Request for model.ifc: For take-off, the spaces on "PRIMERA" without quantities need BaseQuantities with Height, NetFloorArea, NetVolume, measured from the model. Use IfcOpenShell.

First a look at what the model holds.

```python
import ifcopenshell
import ifcopenshell.util.element
import ifcopenshell.util.unit

model = ifcopenshell.open("model.ifc")
print(model.schema)
for unit_type in ("LENGTHUNIT", "AREAUNIT", "VOLUMEUNIT"):
    print(unit_type, ifcopenshell.util.unit.calculate_unit_scale(model, unit_type))
storey = next(s for s in model.by_type("IfcBuildingStorey") if s.Name == "PRIMERA")
spaces = [e for e in ifcopenshell.util.element.get_decomposition(storey) if e.is_a("IfcSpace")]
for e in sorted(spaces, key=lambda e: e.id()):
    print(e.id(), e.is_a(), e.Name, list(ifcopenshell.util.element.get_psets(e, qtos_only=True)), sep=" | ")
```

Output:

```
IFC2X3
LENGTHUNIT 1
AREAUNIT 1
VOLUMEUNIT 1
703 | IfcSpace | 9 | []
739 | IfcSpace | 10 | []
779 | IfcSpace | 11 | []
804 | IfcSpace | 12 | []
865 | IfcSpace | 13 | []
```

```python
import ifcopenshell
import ifcopenshell.api.pset
import ifcopenshell.geom
import ifcopenshell.util.element
import ifcopenshell.util.shape
import ifcopenshell.util.unit

model = ifcopenshell.open("model.ifc")
unit_scale = ifcopenshell.util.unit.calculate_unit_scale(model)
area_scale = ifcopenshell.util.unit.calculate_unit_scale(model, "AREAUNIT")
volume_scale = ifcopenshell.util.unit.calculate_unit_scale(model, "VOLUMEUNIT")
settings = ifcopenshell.geom.settings()

storey = next(s for s in model.by_type("IfcBuildingStorey") if s.Name == "PRIMERA")
spaces = [e for e in ifcopenshell.util.element.get_decomposition(storey) if e.is_a("IfcSpace")]

for e in sorted(spaces, key=lambda e: e.id()):
    if ifcopenshell.util.element.get_psets(e, qtos_only=True, should_inherit=False):
        continue
    # Geometry comes back in metres, in the element's own axes.
    shape = ifcopenshell.geom.create_shape(settings, e)
    values = {
        "Height": ifcopenshell.util.shape.get_z(shape.geometry) / unit_scale,
        "NetFloorArea": ifcopenshell.util.shape.get_footprint_area(shape.geometry) / area_scale,
        "NetVolume": ifcopenshell.util.shape.get_volume(shape.geometry) / volume_scale,
    }
    qto = ifcopenshell.api.pset.add_qto(model, product=e, name="BaseQuantities")
    ifcopenshell.api.pset.edit_qto(model, qto=qto, properties=values)
    print(e.id(), {k: round(v, 3) for k, v in values.items()})

model.write("model_rev.ifc")
```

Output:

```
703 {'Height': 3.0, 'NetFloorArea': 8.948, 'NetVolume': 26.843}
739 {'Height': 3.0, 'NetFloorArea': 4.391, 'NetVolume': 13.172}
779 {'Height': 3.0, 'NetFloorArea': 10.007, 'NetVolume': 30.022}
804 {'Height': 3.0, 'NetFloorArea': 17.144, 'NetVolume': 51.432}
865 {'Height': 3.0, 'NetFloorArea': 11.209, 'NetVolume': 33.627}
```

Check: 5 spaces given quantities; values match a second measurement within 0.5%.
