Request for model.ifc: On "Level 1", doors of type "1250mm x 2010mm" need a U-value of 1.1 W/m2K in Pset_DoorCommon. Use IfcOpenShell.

First a look at what the model holds.

```python
import ifcopenshell
import ifcopenshell.util.element

model = ifcopenshell.open("model.ifc")
print(model.schema)
storey = next(s for s in model.by_type("IfcBuildingStorey") if s.Name == "Level 1")
doors = [e for e in ifcopenshell.util.element.get_decomposition(storey) if e.is_a("IfcDoor")]
seen = {}
for e in doors:
    element_type = ifcopenshell.util.element.get_type(e)
    key = (element_type.Name if element_type != e and element_type else None, ifcopenshell.util.element.get_pset(e, "Pset_DoorCommon", "ThermalTransmittance"))
    seen[key] = seen.get(key, 0) + 1
for (name, value), count in sorted(seen.items(), key=str):
    print(count, "x", name, "|", value)
```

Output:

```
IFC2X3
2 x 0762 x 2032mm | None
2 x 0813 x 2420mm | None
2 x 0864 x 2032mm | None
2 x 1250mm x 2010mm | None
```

```python
import ifcopenshell
import ifcopenshell.api.pset
import ifcopenshell.util.element

model = ifcopenshell.open("model.ifc")

storey = next(s for s in model.by_type("IfcBuildingStorey") if s.Name == "Level 1")
doors = [e for e in ifcopenshell.util.element.get_decomposition(storey) if e.is_a("IfcDoor")]

count = 0
for e in doors:
    element_type = ifcopenshell.util.element.get_type(e)
    if element_type in (None, e) or element_type.Name != "1250mm x 2010mm":
        continue
    # add_pset returns the element's existing set when there is one.
    pset = ifcopenshell.api.pset.add_pset(model, product=e, name="Pset_DoorCommon")
    ifcopenshell.api.pset.edit_pset(model, pset=pset, properties={"ThermalTransmittance": 1.1})
    count += 1

print(count, "doors updated")

model.write("model_rev.ifc")
```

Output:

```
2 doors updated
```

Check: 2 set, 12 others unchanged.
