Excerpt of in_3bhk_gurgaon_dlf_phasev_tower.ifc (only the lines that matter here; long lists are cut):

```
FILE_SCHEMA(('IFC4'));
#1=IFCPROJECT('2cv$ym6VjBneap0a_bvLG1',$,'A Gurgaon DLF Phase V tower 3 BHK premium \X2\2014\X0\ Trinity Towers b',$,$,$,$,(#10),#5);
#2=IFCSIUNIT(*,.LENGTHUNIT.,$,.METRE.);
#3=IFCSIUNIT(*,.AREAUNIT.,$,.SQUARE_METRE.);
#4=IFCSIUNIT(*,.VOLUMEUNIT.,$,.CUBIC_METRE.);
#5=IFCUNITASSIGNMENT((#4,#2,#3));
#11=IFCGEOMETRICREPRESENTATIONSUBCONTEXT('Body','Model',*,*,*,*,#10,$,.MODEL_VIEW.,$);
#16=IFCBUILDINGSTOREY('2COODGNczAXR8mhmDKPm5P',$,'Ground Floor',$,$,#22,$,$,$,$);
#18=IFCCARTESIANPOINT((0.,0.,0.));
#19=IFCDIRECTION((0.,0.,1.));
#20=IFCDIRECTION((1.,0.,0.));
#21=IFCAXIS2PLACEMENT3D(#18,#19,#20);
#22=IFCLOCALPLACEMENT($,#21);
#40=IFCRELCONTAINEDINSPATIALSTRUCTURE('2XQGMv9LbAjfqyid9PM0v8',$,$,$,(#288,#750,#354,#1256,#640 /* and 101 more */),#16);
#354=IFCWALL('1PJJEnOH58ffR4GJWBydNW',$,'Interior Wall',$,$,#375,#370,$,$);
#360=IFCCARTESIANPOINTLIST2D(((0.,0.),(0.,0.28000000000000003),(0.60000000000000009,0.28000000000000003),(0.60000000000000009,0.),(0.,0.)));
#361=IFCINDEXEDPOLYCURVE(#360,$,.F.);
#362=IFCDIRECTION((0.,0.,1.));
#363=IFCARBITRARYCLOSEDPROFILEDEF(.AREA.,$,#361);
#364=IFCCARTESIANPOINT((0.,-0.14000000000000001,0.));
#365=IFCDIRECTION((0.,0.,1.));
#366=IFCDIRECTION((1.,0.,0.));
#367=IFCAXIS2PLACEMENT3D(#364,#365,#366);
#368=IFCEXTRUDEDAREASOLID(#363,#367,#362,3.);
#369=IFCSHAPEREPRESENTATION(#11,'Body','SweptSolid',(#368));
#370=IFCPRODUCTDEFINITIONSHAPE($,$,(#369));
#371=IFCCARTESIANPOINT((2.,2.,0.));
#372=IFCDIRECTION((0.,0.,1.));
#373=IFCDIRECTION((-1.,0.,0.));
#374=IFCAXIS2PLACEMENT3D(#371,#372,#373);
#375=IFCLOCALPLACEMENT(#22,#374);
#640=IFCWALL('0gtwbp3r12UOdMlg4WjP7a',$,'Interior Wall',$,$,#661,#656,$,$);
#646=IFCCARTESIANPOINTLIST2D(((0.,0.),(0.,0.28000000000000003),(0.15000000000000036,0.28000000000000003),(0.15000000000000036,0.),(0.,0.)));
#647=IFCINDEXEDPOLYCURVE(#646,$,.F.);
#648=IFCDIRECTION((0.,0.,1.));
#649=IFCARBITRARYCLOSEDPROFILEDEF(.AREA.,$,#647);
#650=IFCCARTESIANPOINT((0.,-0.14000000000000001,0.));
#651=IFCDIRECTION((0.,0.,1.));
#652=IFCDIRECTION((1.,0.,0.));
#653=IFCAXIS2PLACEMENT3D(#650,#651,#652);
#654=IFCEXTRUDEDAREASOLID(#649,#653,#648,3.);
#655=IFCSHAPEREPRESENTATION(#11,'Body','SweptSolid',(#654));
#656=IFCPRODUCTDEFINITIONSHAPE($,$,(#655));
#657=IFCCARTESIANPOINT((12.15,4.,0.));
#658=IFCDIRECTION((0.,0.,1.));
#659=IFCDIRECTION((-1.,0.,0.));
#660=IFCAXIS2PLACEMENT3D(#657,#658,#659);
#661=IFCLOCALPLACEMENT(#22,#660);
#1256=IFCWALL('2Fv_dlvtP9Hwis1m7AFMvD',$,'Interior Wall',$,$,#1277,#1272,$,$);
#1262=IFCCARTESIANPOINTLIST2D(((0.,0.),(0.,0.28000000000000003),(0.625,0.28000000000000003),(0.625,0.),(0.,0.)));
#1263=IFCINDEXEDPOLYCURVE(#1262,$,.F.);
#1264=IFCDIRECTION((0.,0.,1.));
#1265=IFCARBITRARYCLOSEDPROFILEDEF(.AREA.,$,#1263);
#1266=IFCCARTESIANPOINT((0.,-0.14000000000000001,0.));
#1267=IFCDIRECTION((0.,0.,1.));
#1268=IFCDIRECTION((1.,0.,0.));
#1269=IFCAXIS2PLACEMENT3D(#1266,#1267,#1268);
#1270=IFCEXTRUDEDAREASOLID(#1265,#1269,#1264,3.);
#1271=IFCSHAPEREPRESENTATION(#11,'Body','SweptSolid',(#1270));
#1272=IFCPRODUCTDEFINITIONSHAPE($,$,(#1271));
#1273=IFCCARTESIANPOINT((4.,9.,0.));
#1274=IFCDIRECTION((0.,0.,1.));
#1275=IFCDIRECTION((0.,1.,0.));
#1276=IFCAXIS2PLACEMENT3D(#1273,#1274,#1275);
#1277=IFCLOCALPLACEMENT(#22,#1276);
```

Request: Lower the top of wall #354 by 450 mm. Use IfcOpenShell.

```python
import ifcopenshell
import ifcopenshell.geom
import ifcopenshell.util.representation
import ifcopenshell.util.shape

model = ifcopenshell.open("in_3bhk_gurgaon_dlf_phasev_tower.ifc")
settings = ifcopenshell.geom.settings()


def volume(element):
    """Net volume in cubic metres, openings subtracted."""
    shape = ifcopenshell.geom.create_shape(settings, element)
    return ifcopenshell.util.shape.get_volume(shape.geometry)


wall = model.by_id(354)
before = volume(wall)

body = ifcopenshell.util.representation.get_representation(wall, "Model", "Body")
solid = body.Items[0]
old_height = solid.Depth
solid.Depth -= 0.45
after = volume(wall)

print(f"height {old_height:g} -> {solid.Depth:g}, volume {before:.3f} -> {after:.3f} m3")

model.write("in_3bhk_gurgaon_dlf_phasev_tower_rev.ifc")
```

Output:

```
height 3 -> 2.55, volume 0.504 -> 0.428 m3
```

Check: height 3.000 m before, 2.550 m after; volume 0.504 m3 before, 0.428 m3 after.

-- TASK TO CARRY OUT --
Display every line of the listing that contains the string "IFCWALL".

-- SOLUTION TO THIS EXERCISE --
#354=IFCWALL('1PJJEnOH58ffR4GJWBydNW',$,'Interior Wall',$,$,#375,#370,$,$);
#640=IFCWALL('0gtwbp3r12UOdMlg4WjP7a',$,'Interior Wall',$,$,#661,#656,$,$);
#1256=IFCWALL('2Fv_dlvtP9Hwis1m7AFMvD',$,'Interior Wall',$,$,#1277,#1272,$,$);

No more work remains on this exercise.